The alleged gunman, Amuri Greene, appeared in court the following day on crutches and also entered a not guilty plea to murder and related charges. Both men are due back in court on June 10.
While the legal proceedings unfolded, Kaori’s grieving family was saying their final goodbyes. The baby’s funeral featured a deeply emotional procession with her tiny pink casket — decorated with Minnie Mouse flowers and bearing her name — placed inside a glass carriage pulled by a white horse along Lafayette Avenue. Mourners wore pink and white in her honor, creating a tender yet devastating tribute to an innocent life that had only just begun to say “Mama” and take her first wobbly steps.

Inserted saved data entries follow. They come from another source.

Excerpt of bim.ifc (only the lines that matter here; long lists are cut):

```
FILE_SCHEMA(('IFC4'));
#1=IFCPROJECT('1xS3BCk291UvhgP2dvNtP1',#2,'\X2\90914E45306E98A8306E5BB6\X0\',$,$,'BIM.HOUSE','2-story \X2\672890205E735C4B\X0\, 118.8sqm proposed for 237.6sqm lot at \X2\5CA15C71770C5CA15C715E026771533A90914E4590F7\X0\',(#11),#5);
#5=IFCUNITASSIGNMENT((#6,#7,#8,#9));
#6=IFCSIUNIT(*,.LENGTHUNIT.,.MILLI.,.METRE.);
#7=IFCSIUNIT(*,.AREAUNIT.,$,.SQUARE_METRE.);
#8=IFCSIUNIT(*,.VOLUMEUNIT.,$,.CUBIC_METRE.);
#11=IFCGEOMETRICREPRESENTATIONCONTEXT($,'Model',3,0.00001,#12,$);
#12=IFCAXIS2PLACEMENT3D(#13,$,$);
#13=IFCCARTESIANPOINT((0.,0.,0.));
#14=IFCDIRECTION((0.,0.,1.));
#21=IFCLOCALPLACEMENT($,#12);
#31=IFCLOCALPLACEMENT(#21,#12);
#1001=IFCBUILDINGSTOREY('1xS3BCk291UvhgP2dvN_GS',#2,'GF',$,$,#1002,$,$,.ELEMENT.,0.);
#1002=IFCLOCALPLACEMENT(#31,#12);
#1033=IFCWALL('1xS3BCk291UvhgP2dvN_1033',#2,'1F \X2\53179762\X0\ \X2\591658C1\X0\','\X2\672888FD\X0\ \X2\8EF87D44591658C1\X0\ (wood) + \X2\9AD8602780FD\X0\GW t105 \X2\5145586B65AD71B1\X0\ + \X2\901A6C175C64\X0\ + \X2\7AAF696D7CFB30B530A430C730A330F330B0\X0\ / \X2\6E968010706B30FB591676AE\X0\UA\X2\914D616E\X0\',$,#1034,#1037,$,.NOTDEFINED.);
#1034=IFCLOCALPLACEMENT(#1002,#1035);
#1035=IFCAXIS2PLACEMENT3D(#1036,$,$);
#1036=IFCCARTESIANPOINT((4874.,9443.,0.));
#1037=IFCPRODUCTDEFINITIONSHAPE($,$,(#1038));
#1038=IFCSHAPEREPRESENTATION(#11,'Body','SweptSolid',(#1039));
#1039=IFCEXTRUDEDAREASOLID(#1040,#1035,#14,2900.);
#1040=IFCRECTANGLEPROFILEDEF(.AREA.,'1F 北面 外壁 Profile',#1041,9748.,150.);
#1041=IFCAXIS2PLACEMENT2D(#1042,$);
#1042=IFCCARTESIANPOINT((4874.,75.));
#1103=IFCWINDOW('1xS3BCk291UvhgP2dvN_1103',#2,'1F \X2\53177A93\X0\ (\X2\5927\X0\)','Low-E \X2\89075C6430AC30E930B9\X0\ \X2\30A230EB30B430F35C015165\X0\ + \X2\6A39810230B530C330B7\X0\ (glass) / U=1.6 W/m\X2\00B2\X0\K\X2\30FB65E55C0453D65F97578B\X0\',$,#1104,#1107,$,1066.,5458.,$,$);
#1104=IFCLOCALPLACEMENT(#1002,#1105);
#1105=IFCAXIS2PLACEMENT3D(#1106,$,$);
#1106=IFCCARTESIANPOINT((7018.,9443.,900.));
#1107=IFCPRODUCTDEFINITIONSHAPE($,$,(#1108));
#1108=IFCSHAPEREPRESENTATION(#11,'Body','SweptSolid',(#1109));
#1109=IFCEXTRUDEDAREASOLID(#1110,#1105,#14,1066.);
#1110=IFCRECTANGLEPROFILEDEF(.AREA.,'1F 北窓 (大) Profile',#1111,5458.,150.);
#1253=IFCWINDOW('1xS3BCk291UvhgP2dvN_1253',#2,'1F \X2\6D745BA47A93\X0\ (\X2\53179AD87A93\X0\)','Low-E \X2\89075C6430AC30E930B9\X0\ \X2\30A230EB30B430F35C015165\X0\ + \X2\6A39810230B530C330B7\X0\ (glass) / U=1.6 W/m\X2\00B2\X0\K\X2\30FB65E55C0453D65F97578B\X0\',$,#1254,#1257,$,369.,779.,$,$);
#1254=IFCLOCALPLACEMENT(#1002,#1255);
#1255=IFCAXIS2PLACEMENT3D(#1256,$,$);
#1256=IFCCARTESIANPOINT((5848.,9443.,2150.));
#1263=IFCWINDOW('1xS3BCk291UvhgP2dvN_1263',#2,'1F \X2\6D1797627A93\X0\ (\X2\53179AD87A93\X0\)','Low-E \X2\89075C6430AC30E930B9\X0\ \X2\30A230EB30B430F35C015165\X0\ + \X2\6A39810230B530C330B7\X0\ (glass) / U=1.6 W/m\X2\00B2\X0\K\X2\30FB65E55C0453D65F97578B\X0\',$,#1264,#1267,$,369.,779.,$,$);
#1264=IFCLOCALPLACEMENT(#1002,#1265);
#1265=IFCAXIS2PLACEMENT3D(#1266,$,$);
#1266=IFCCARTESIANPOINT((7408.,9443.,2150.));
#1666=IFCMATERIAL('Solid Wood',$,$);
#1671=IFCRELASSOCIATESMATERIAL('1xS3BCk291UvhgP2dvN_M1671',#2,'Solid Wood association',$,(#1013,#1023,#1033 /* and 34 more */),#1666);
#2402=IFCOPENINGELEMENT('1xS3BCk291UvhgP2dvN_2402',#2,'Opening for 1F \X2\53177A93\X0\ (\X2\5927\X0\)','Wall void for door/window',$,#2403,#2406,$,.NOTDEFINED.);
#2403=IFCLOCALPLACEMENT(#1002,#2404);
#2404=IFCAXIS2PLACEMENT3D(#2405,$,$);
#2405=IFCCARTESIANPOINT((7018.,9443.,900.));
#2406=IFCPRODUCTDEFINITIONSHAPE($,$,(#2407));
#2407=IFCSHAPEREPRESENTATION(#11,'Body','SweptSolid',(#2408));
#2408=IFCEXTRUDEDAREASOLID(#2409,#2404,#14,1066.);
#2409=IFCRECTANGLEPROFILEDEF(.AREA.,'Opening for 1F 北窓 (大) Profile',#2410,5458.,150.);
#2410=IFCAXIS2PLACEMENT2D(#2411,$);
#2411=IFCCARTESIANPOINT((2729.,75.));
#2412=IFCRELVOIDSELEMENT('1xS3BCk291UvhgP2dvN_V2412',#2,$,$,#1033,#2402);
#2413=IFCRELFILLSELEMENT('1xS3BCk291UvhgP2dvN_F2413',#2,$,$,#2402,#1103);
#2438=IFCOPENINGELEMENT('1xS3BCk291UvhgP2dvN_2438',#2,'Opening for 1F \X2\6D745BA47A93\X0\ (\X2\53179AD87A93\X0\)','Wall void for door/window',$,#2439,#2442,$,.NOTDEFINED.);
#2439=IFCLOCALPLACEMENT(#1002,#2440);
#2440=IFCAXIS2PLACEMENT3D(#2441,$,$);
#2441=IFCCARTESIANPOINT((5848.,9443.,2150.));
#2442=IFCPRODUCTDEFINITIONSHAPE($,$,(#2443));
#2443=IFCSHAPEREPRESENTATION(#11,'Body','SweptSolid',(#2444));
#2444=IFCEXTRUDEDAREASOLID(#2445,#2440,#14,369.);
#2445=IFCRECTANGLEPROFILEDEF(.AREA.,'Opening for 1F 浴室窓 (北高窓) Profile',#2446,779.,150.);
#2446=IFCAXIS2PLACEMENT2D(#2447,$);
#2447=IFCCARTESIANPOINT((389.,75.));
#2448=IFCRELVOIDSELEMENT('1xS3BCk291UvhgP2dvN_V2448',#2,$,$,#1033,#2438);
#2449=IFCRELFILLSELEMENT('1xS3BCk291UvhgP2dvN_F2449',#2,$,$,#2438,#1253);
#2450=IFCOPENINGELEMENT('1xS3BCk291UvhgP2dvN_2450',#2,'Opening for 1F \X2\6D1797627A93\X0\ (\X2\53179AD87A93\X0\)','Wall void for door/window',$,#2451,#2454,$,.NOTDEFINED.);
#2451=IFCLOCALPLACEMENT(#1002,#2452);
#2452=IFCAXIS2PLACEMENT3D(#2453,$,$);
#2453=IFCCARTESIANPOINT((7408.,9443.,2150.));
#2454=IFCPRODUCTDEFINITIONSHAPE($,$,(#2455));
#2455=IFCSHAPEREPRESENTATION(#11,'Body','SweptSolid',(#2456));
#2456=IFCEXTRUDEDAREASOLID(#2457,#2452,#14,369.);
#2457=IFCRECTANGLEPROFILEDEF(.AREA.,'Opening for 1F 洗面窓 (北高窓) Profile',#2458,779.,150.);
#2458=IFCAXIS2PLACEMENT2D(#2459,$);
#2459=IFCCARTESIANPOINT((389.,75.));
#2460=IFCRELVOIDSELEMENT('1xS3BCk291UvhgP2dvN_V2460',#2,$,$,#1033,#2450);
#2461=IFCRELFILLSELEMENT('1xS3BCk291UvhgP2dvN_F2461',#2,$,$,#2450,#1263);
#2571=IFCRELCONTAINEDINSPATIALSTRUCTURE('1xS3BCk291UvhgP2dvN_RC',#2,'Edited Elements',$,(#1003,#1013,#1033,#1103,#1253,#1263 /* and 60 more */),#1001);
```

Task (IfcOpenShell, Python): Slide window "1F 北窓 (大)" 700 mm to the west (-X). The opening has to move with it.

```python
import ifcopenshell
import ifcopenshell.api.geometry
import ifcopenshell.util.placement

model = ifcopenshell.open("bim.ifc")

window = model.by_guid("1xS3BCk291UvhgP2dvN_1103")
opening = window.FillsVoids[0].RelatingOpeningElement
wall = opening.VoidsElements[0].RelatingBuildingElement

wall_matrix = ifcopenshell.util.placement.get_local_placement(wall.ObjectPlacement)
shift = wall_matrix[:3, 0] * -700.0
before = ifcopenshell.util.placement.get_local_placement(window.ObjectPlacement)[:3, 3].copy()

# The window is not placed relative to its opening, so move both.
for product in (opening, window):
    matrix = ifcopenshell.util.placement.get_local_placement(product.ObjectPlacement)
    matrix[:3, 3] += shift
    ifcopenshell.api.geometry.edit_object_placement(model, product=product, matrix=matrix, is_si=False)

after = ifcopenshell.util.placement.get_local_placement(window.ObjectPlacement)[:3, 3]
print("window moved by", (after - before).round(3) + 0.0)

model.write("bim_rev.ifc")
```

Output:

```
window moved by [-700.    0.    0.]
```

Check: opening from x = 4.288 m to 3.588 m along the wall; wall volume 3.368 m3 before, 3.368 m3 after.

At the earlier wake, Kaori’s uncle Michael Moore had shared the family’s raw pain, saying his sister Lianna was “breaking down all day every day.” Godfather Raheem Jennings described scenes of overwhelming hysteria where the young mother had to be escorted out when grief became too intense. Reverend Al Sharpton delivered a powerful eulogy, calling on the community to reject numbness toward such tragedies and to actively protect children from gun violence.
The timing of Rodriguez’s emotional public breakdown — occurring as or right after the family buried their baby — has only intensified public outrage. Many residents and online commentators expressed fury that the driver would proclaim innocence so vocally while the family was still in the depths of mourning.
This case has spotlighted the terrifying randomness of stray bullets in Brooklyn neighborhoods. Kaori was never the intended target; she was simply in the wrong place at the wrong time during a gang dispute that spilled into a populated street in broad daylight. The incident has reignited calls for stronger gun control measures, better youth intervention programs, and increased community policing to prevent similar heartbreaking losses.
For Lianna Charles-Moore, the nightmare continues. At just 20 years old and now raising her surviving son without his baby sister, she faces a future forever altered by unimaginable grief. Family and community support, including counseling services, have rallied around them, but the healing journey ahead remains long and painful.
Rodriguez’s repeated claims that he “didn’t know” Greene would shoot have done little to comfort Kaori’s loved ones or calm public anger. Prosecutors maintain that driving the getaway vehicle and participating in the reckless act makes him complicit regardless of who pulled the trigger.
As both suspects await their next court dates, Kaori’s short but bright life continues to inspire vigils, flowers, stuffed animals, and demands for change across Brooklyn. Her memory has united strangers in sorrow and turned a personal family tragedy into a broader conversation about the human cost of unchecked street violence.
In the end, while one young man insists “it’s not my fault,” the undeniable reality is that a precious 7-month-old baby is gone forever, her family’s pain is profound, and a city is once again forced to confront how quickly innocence can be shattered on its streets.
Kaori Patterson-Moore deserved a lifetime of firsts — first words, first birthdays, first everything. Instead, her story ends with a pink casket, a white horse, and a mother who may never stop breaking down. Her legacy now rests in the hope that her death sparks the kind of real change that protects other children from the same cruel fate.